Выбрать главу

Опережающие свое время всегда мученики. И Ермолаев, по-своему, был таким мучеником. Мучеником своих представлений об искусстве, своего характера — трудного, ох трудного, этого скрыть нельзя. Мучеником своей неумолимой звезды, которая даже некоторые вершины ермолаевских успехов освещала каким-то особым, горьким светом.

Тогда, на концерте, мне было искренне жаль его создателя, тратящего нечеловеческие силы. Он казался мне Атлантом, еле удерживающим грозящие рухнуть своды вызванного им к жизни мономира, — фигурой трагической и именно поэтому бесконечно привлекательной.

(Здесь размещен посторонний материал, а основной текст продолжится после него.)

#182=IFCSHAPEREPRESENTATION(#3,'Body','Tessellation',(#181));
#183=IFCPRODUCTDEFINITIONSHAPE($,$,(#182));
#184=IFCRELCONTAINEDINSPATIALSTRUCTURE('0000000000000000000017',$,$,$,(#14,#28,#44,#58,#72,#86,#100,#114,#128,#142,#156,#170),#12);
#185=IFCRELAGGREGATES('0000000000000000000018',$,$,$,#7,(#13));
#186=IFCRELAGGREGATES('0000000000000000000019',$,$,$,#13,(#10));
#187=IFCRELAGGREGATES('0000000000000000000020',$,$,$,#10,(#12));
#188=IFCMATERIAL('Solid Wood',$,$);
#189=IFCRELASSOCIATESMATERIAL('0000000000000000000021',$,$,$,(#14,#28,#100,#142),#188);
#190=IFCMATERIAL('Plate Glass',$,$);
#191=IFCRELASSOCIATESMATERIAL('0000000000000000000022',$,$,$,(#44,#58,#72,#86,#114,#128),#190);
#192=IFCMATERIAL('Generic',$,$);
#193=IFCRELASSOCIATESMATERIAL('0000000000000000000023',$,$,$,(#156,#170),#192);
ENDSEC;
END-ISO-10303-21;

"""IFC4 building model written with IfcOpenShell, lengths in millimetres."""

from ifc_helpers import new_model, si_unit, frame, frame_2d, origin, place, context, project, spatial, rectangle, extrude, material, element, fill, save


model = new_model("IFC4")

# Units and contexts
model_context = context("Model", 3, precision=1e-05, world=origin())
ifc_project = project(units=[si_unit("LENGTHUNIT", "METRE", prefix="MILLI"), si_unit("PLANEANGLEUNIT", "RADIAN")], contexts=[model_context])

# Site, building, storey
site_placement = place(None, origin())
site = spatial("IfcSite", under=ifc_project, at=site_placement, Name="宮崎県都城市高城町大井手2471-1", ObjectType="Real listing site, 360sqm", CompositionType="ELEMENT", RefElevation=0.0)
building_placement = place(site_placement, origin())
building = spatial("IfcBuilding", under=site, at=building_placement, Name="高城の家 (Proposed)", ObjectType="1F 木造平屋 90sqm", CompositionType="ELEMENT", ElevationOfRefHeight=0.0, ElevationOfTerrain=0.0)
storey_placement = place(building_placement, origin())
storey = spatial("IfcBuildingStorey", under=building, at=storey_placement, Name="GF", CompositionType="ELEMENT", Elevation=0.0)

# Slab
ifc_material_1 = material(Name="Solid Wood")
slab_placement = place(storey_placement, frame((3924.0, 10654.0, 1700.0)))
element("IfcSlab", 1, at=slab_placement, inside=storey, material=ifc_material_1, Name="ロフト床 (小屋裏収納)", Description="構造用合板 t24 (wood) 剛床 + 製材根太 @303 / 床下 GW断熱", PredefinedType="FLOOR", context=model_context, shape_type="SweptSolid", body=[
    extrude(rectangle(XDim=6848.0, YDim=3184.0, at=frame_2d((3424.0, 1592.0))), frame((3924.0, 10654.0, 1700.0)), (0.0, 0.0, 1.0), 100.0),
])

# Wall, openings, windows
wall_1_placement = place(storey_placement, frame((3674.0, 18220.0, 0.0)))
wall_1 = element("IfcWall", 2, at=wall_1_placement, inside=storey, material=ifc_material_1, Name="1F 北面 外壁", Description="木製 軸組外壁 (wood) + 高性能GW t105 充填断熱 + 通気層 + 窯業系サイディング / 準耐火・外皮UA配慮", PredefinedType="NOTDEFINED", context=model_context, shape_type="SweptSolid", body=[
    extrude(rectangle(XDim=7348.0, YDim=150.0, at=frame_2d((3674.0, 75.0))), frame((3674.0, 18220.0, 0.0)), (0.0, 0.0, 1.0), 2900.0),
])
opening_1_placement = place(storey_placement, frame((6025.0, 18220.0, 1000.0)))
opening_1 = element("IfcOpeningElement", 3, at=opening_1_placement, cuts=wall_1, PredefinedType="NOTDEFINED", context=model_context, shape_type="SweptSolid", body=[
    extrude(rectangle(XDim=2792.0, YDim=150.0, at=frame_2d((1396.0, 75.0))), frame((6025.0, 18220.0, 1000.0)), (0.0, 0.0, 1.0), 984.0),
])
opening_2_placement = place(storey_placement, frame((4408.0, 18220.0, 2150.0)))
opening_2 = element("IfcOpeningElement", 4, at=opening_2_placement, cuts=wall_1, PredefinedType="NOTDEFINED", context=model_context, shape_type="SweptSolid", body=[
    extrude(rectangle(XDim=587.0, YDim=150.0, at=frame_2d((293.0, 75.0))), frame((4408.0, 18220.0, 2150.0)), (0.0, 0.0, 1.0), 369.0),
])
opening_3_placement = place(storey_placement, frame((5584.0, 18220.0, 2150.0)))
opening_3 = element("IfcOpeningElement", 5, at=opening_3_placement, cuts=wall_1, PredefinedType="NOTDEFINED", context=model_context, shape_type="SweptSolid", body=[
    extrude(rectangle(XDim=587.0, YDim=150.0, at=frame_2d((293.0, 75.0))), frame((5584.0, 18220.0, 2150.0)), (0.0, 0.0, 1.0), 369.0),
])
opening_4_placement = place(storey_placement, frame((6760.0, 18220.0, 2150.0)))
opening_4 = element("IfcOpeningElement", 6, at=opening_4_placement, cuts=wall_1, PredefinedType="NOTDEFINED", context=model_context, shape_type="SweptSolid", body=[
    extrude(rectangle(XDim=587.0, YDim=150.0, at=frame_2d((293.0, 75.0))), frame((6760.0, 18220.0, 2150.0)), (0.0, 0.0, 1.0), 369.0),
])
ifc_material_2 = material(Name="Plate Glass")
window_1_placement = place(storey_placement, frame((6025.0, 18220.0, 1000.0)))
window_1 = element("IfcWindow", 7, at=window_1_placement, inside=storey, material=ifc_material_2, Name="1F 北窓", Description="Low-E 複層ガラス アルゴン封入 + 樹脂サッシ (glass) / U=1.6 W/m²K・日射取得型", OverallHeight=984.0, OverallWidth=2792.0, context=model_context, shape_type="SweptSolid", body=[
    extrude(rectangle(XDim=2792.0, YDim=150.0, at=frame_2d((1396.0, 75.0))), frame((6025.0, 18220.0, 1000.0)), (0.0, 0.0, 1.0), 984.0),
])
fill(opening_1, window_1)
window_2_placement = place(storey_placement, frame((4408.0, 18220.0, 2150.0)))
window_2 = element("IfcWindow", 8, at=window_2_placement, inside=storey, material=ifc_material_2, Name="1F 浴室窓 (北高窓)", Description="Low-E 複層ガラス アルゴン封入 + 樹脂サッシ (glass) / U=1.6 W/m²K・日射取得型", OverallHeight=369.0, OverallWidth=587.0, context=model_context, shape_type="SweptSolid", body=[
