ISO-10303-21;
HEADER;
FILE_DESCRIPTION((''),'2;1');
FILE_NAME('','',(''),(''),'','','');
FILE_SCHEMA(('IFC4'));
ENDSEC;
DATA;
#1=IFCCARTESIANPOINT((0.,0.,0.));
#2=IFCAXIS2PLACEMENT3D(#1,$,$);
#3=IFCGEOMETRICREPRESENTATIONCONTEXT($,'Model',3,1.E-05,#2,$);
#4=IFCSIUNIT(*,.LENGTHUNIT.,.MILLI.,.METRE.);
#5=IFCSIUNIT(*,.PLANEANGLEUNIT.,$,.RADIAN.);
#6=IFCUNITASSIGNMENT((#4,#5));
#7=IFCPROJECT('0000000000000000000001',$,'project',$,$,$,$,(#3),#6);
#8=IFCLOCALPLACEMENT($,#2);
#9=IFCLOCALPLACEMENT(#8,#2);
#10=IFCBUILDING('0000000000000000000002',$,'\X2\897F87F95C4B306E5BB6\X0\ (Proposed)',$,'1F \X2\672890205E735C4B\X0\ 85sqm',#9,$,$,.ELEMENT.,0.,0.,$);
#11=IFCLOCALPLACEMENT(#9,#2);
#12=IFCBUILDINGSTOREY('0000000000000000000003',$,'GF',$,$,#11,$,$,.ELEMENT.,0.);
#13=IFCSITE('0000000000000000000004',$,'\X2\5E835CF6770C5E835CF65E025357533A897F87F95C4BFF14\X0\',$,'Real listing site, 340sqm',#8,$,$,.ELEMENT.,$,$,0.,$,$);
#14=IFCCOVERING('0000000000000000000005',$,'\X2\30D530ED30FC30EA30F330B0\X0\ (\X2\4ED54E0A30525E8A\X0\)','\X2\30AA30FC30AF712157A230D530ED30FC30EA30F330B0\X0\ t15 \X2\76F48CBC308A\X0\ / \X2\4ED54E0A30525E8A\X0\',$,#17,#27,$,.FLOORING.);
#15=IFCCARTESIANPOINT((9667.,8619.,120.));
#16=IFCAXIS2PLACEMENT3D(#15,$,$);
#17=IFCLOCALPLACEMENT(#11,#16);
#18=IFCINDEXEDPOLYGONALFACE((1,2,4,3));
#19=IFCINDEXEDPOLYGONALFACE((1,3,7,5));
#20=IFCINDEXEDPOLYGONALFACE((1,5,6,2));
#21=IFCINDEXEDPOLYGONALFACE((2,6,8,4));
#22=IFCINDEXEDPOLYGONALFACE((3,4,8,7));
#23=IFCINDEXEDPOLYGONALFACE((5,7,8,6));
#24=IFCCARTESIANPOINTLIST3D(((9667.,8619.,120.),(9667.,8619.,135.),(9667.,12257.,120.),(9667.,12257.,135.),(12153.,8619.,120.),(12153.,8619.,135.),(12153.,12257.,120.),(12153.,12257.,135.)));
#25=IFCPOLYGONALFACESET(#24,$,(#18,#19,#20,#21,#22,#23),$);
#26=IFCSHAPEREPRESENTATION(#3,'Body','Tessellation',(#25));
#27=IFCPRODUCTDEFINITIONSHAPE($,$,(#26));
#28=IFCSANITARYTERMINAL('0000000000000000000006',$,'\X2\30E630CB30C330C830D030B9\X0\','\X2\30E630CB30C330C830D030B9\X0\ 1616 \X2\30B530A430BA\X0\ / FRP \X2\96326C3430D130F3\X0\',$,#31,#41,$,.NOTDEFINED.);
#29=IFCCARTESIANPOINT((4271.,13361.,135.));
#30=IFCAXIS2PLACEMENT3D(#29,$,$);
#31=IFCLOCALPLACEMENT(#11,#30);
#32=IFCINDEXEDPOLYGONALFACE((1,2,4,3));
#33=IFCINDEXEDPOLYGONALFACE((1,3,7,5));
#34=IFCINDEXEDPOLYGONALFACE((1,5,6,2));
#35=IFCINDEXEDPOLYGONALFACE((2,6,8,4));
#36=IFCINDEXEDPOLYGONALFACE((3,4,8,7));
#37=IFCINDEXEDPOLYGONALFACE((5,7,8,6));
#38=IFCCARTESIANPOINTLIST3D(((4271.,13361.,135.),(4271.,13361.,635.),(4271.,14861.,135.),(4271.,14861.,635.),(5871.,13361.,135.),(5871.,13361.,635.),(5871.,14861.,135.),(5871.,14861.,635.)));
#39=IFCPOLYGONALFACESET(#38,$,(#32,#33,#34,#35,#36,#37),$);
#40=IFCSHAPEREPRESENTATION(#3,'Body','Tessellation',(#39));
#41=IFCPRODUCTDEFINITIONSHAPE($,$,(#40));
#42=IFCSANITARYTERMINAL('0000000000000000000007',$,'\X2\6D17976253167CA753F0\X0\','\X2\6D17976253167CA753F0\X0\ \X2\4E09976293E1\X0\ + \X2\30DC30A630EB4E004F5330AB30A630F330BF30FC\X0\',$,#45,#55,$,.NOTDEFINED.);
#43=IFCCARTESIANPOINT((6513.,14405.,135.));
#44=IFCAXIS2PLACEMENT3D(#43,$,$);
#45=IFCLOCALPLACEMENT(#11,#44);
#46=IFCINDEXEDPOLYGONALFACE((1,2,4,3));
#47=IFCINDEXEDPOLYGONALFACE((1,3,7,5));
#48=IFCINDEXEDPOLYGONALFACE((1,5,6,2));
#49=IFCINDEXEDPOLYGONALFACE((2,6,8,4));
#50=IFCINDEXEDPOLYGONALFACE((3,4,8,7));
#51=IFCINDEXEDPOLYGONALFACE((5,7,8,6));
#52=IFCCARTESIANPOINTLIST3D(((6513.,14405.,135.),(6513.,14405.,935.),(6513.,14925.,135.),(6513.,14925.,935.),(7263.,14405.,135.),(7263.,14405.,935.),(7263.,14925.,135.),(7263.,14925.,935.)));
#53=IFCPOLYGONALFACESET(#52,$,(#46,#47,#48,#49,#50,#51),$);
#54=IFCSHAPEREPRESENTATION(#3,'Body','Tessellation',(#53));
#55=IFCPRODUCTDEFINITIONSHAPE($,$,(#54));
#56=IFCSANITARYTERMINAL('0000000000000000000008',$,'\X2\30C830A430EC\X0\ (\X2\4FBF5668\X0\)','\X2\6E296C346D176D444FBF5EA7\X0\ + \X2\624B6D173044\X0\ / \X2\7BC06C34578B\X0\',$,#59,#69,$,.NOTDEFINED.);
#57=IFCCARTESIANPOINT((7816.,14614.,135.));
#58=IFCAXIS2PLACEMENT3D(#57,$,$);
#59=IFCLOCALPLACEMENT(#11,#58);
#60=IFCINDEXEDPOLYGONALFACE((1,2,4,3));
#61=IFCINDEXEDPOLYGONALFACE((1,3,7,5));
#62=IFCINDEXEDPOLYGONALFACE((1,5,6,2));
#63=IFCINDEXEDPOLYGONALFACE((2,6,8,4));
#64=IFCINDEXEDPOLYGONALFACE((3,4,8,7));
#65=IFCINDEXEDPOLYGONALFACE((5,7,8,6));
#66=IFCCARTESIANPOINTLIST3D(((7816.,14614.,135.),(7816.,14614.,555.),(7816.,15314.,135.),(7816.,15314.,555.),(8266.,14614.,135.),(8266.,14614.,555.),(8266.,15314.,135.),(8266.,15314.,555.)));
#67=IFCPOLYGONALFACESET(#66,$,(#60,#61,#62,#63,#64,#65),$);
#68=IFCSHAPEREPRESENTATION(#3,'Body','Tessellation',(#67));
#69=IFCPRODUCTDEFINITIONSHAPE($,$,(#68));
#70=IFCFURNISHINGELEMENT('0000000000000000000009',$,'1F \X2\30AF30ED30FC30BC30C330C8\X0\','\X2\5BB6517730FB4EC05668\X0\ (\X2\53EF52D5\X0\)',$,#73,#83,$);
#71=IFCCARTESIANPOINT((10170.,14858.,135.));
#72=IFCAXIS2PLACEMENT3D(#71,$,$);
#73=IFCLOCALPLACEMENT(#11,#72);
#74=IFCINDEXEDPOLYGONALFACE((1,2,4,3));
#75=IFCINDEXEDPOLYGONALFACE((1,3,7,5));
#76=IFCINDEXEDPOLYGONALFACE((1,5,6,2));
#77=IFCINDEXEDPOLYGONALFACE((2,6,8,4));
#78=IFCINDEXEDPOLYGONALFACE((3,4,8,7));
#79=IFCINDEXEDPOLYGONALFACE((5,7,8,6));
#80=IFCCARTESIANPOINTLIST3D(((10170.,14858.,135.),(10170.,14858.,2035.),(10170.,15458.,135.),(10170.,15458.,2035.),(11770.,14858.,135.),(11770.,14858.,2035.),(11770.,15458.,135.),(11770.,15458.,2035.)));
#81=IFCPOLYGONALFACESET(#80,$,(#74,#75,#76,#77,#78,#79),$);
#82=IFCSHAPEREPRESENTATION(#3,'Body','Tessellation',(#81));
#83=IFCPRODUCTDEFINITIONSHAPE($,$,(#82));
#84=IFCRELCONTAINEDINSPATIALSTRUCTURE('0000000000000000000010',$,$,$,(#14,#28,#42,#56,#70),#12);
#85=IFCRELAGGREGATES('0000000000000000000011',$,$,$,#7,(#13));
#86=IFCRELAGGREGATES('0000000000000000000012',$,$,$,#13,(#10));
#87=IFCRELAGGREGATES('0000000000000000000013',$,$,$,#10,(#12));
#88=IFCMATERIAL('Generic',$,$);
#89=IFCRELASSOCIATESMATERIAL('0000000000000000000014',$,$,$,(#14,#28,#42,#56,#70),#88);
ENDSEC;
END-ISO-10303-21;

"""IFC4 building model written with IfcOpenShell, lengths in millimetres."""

from ifc_helpers import new_model, si_unit, frame, frame_2d, origin, place, context, project, spatial, rectangle, extrude, material, element, save


model = new_model("IFC4")

# Units and contexts
model_context = context("Model", 3, precision=1e-05, world=origin())
ifc_project = project(units=[si_unit("LENGTHUNIT", "METRE", prefix="MILLI"), si_unit("PLANEANGLEUNIT", "RADIAN")], contexts=[model_context])

# Site, building, storey
site_placement = place(None, origin())
site = spatial("IfcSite", under=ifc_project, at=site_placement, Name="広島県広島市南区西蟹屋４", ObjectType="Real listing site, 340sqm", CompositionType="ELEMENT", RefElevation=0.0)
building_placement = place(site_placement, origin())
building = spatial("IfcBuilding", under=site, at=building_placement, Name="西蟹屋の家 (Proposed)", ObjectType="1F 木造平屋 85sqm", CompositionType="ELEMENT", ElevationOfRefHeight=0.0, ElevationOfTerrain=0.0)
storey_placement = place(building_placement, origin())
storey = spatial("IfcBuildingStorey", under=building, at=storey_placement, Name="GF", CompositionType="ELEMENT", Elevation=0.0)

# Covering
ifc_material_1 = material(Name="Generic")
covering_1_placement = place(storey_placement, frame((9667.0, 8619.0, 120.0)))
element("IfcCovering", 1, at=covering_1_placement, inside=storey, material=ifc_material_1, Name="フローリング (仕上げ床)", Description="オーク無垢フローリング t15 直貼り / 仕上げ床", PredefinedType="FLOORING", context=model_context, shape_type="SweptSolid", body=[
    extrude(rectangle(XDim=2486.0, YDim=3638.0, at=frame_2d((1243.0, 1819.0))), frame((9667.0, 8619.0, 120.0)), (0.0, 0.0, 1.0), 15.0),
])

# Sanitary terminals
sanitary_terminal_1_placement = place(storey_placement, frame((4271.0, 13361.0, 135.0)))
element("IfcSanitaryTerminal", 2, at=sanitary_terminal_1_placement, inside=storey, material=ifc_material_1, Name="ユニットバス", Description="ユニットバス 1616 サイズ / FRP 防水パン", PredefinedType="NOTDEFINED", context=model_context, shape_type="SweptSolid", body=[
    extrude(rectangle(XDim=1600.0, YDim=1500.0, at=frame_2d((800.0, 750.0))), frame((4271.0, 13361.0, 135.0)), (0.0, 0.0, 1.0), 500.0),
])
sanitary_terminal_2_placement = place(storey_placement, frame((6513.0, 14405.0, 135.0)))
element("IfcSanitaryTerminal", 3, at=sanitary_terminal_2_placement, inside=storey, material=ifc_material_1, Name="洗面化粧台", Description="洗面化粧台 三面鏡 + ボウル一体カウンター", PredefinedType="NOTDEFINED", context=model_context, shape_type="SweptSolid", body=[
    extrude(rectangle(XDim=750.0, YDim=520.0, at=frame_2d((375.0, 260.0))), frame((6513.0, 14405.0, 135.0)), (0.0, 0.0, 1.0), 800.0),
])
sanitary_terminal_3_placement = place(storey_placement, frame((7816.0, 14614.0, 135.0)))
element("IfcSanitaryTerminal", 4, at=sanitary_terminal_3_placement, inside=storey, material=ifc_material_1, Name="トイレ (便器)", Description="温水洗浄便座 + 手洗い / 節水型", PredefinedType="NOTDEFINED", context=model_context, shape_type="SweptSolid", body=[
    extrude(rectangle(XDim=450.0, YDim=700.0, at=frame_2d((225.0, 350.0))), frame((7816.0, 14614.0, 135.0)), (0.0, 0.0, 1.0), 420.0),
])

# Furnishing element
furnishing_placement = place(storey_placement, frame((10170.0, 14858.0, 135.0)))
element("IfcFurnishingElement", 5, at=furnishing_placement, inside=storey, material=ifc_material_1, Name="1F クローゼット", Description="家具・什器 (可動)", context=model_context, shape_type="SweptSolid", body=[
    extrude(rectangle(XDim=1600.0, YDim=600.0, at=frame_2d((800.0, 300.0))), frame((10170.0, 14858.0, 135.0)), (0.0, 0.0, 1.0), 1900.0),
])

save(model, "model.ifc")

В 1956 году произошло событие. Балет Большого театра, впервые за время существования СССР, получил приглашение приехать на гастроли в Англию. Очевидно, слава советского балета докатилась и до берегов гордого Альбиона.

В английском посольстве был устроен завтрак, на который были приглашены корифеи балета Большого театра — Г. Уланова и А. Ермолаев. Присутствовал также В. Молотов.

Посол поднял тост за русский балет и его лучших представителей, Галину Уланову и Алексея Ермолаева, с таким блеском воплотивших женское и мужское начала в современном танце. Посол пожелал им успеха в будущей встрече с английскими поклонниками балета.

Можно себе представить состояние Ермолаева, когда он шел домой. Англия — это мир. Мир увидит его!

Театр усиленно готовился к поездке, и вдруг, словно внезапная молния, поразила всех весть: Ермолаев не едет. Как! Самая творческая, самая оригинальная фигура в Большом! Почему?

Поползли разные слухи. Боятся, что останется? Ермолаев, плоть от плоти России, ее преданный сын, страстный патриот советского искусства?

В общем, он не поехал. Англичане так и не увидели танца Ермолаева.

Удар был страшный.

Огромный диван в квартире № 13, да, да — тринадцать! дома № 7 по улице Неждановой, теперь по Брюсову переулку. Номер на двери снят, и следы его затерты — цифра ведь несчастливая… Сколько было говорено, сидя на этом диване, сколько образов, так и не воплощенных на сцене, «толпилось» вокруг нас! И не только люди. Окружающая их природа представала передо мной активным действующим лицом. Иссушающая землю жара, благодатный дождь, буря, гроза, степные пожары сопутствовали драматической любви моряка Андрея и Маши из либретто Ермолаева «По зову сердца». Либретто посвящено мирному подвигу советского народа — освоению целинных просторов. Эти просторы как бы определяли масштабы тем, отраженных в балете: братство народов, скрепленное недавней войной против фашизма, борьба за целинный хлеб, поиск человеком своего места на земле… Ошеломленный богатством превосходных, поразительных по выдумке находок, я высказывал порой робкое сомнение — воплощаемо ли все это языком танца? В ответ Ермолаев, усмехаясь с какой-то внутренней болью, коротко бросал:

— Проверено.

Я вдруг начинаю понимать, что я уже встречался с героем этого балета — моряком Андреем… В памяти возникало: идет солдат, завершивший свой бранный труд, в памяти еще теснятся картины страшных кровавых схваток с фашизмом, но радость возвращения к мирной жизни все уверенней оттесняет недавнее прошлое. Родная земля, вся природа приветствует воина-победителя и, встречаясь с ней, он дает клятву своими мирными подвигами добыть счастье для людей… Но это же герой ермолаевского концерта! Конечно, это именно в его образе Ермолаев как исполнитель и постановщик продемонстрировал реальную возможность выражения в танце сложнейших чувств современного героя. И я только теперь начинаю понимать, что самые дерзкие замыслы Алексея Ермолаева в его нынешнем либретто обеспечены чистейшим золотом уже найденных и проверенных практикой пластических решений, то есть богатым, полнокровным языком современного танца. О поисках Ермолаева, о непрерывной, изнурительной работе, связанной с решением образов современности, ее героев, лучше всего рассказывал он сам.

Однажды поздно, оставшись один в репетиционном зале, он как всегда искал образ современного трибуна, вождя, увлекающего за собой массы. Это для него было особенно важно после успеха, который сопровождал его выступления в балете «Пламя Парижа». Стоя перед огромным зеркалом, он искал, как наиболее убедительно, в пластике, доступной балету, выразить современность в образе народного вождя. Вроде так — разворот, правая рука вперед, зовущая к новым далям, а куда деть левую? Так, согнув ее, упереть в бедро… Правильно! Прыжок! Устремление вперед — и вдруг Ермолаев видит забившуюся в угол танцовщицу кордебалета — из тех, что в массовых сценах изображают народ. Случайно оказавшаяся здесь, она не посмела нарушить упражнения Мастера, помешать его великолепному творчеству.